Of course, it was the ground-breaking hip hop classic "The Message" by South Bronx pioneer rappers Grandmaster Flash and the Furious Five. I needed to own it. It was the most incredible thing I had ever heard, cutting through the FM radio sameness of Foreigner/Eagles/FleetwoodMac. I couldn't get it out of my head. The next day, I ran to The Sound of Market Street, a store where I made the majority of my record purchases. I wandered into a section of the store that I usually ignored. It was the R&B section. The walls displayed LP sized singles by bands I never heard of — Sugarhill Gang, Kurtis Blow, Afrika Bambaataa & Soul Sonic Force. (There was Fab 5 Freddy, who I heard mentioned in a Blondie song, but, at the time, I didn't know what Debbie Harry was talking about.) My head was spinning. I grabbed an armful of random selections, making sure that a copy of "The Message" was among them. My next few hours at art school were difficult ones. I knew those disks were in my bag, just aching to spin on my turntable at home. And, when I finally arrived home, that's exactly what I did.
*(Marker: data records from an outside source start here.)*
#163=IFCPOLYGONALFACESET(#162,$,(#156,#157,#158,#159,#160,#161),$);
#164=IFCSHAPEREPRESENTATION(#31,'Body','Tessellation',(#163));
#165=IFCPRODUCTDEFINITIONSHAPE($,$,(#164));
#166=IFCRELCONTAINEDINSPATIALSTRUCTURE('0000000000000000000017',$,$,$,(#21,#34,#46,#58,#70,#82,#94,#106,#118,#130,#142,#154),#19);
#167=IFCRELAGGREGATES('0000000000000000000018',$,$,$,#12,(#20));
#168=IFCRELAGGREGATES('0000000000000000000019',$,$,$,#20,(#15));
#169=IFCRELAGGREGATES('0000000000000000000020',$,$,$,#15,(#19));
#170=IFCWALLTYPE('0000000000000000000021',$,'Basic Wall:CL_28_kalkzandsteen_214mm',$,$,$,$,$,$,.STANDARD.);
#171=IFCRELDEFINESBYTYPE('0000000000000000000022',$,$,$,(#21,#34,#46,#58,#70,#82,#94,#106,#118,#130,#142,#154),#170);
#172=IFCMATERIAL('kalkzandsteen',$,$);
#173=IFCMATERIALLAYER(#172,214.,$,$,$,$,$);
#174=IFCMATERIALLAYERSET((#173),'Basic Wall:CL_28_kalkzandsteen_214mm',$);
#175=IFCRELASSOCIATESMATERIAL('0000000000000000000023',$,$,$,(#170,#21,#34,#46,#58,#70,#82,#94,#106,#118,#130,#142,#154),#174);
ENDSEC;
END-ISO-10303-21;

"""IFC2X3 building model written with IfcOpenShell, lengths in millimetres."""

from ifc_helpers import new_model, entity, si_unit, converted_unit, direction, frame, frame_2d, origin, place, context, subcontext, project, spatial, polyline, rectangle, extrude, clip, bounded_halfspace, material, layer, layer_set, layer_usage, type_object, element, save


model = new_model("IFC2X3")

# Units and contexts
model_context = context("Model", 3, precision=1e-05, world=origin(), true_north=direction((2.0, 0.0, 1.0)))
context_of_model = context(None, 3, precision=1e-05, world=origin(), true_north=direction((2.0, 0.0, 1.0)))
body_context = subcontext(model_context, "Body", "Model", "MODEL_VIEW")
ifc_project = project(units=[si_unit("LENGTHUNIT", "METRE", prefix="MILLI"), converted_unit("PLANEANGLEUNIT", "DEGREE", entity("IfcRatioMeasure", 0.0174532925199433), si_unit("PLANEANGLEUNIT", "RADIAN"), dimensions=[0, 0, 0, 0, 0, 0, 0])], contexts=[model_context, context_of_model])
Soon, I was buying full-length albums by RUN-DMC and LL Cool J, along with more 12" singles by Grandmaster Flash and the Furious Five and Sugarhill Gang. My collection was supplemented with "The Message II," "Apache," "New York New York," and "White Lines." I knew every word, every beat, every scratch and every rhyme and proudly sang along. Among my friends and their unwavering allegiances to The Cars and Huey Lewis, these songs were like my dirty little secret.

Suddenly, someone in "mainstream recordland" got wind of this surging genre. Next thing I knew, aging rock relics Areosmith had joined forces with DJ Run and his cohort Darrell Mac to pump new life into the leering schoolboy anthem "Walk This Way." Now, rap had crossed the race line and it was everywhere.

Next on the mic is my man Hank.
C'mon Hank, sing that song.
But sometime, when I wasn't looking, rap got angry. Rap got ultraviolent and misogynistic and a bunch of other things it never was. And it lost its uniqueness. Somewhere, rap — that shining pillar rising above the bland sameness of commercial music — got boring.

Recently, Henry Jackson, better known as the Sugarhill Gang's "Big Bank Hank," passed away at 57 years old. His death brought back vivid memories of that new discovery. It was a small piece of time that, because of the combination of the innocence of the moment and the subsequent years that have passed, can never be duplicated.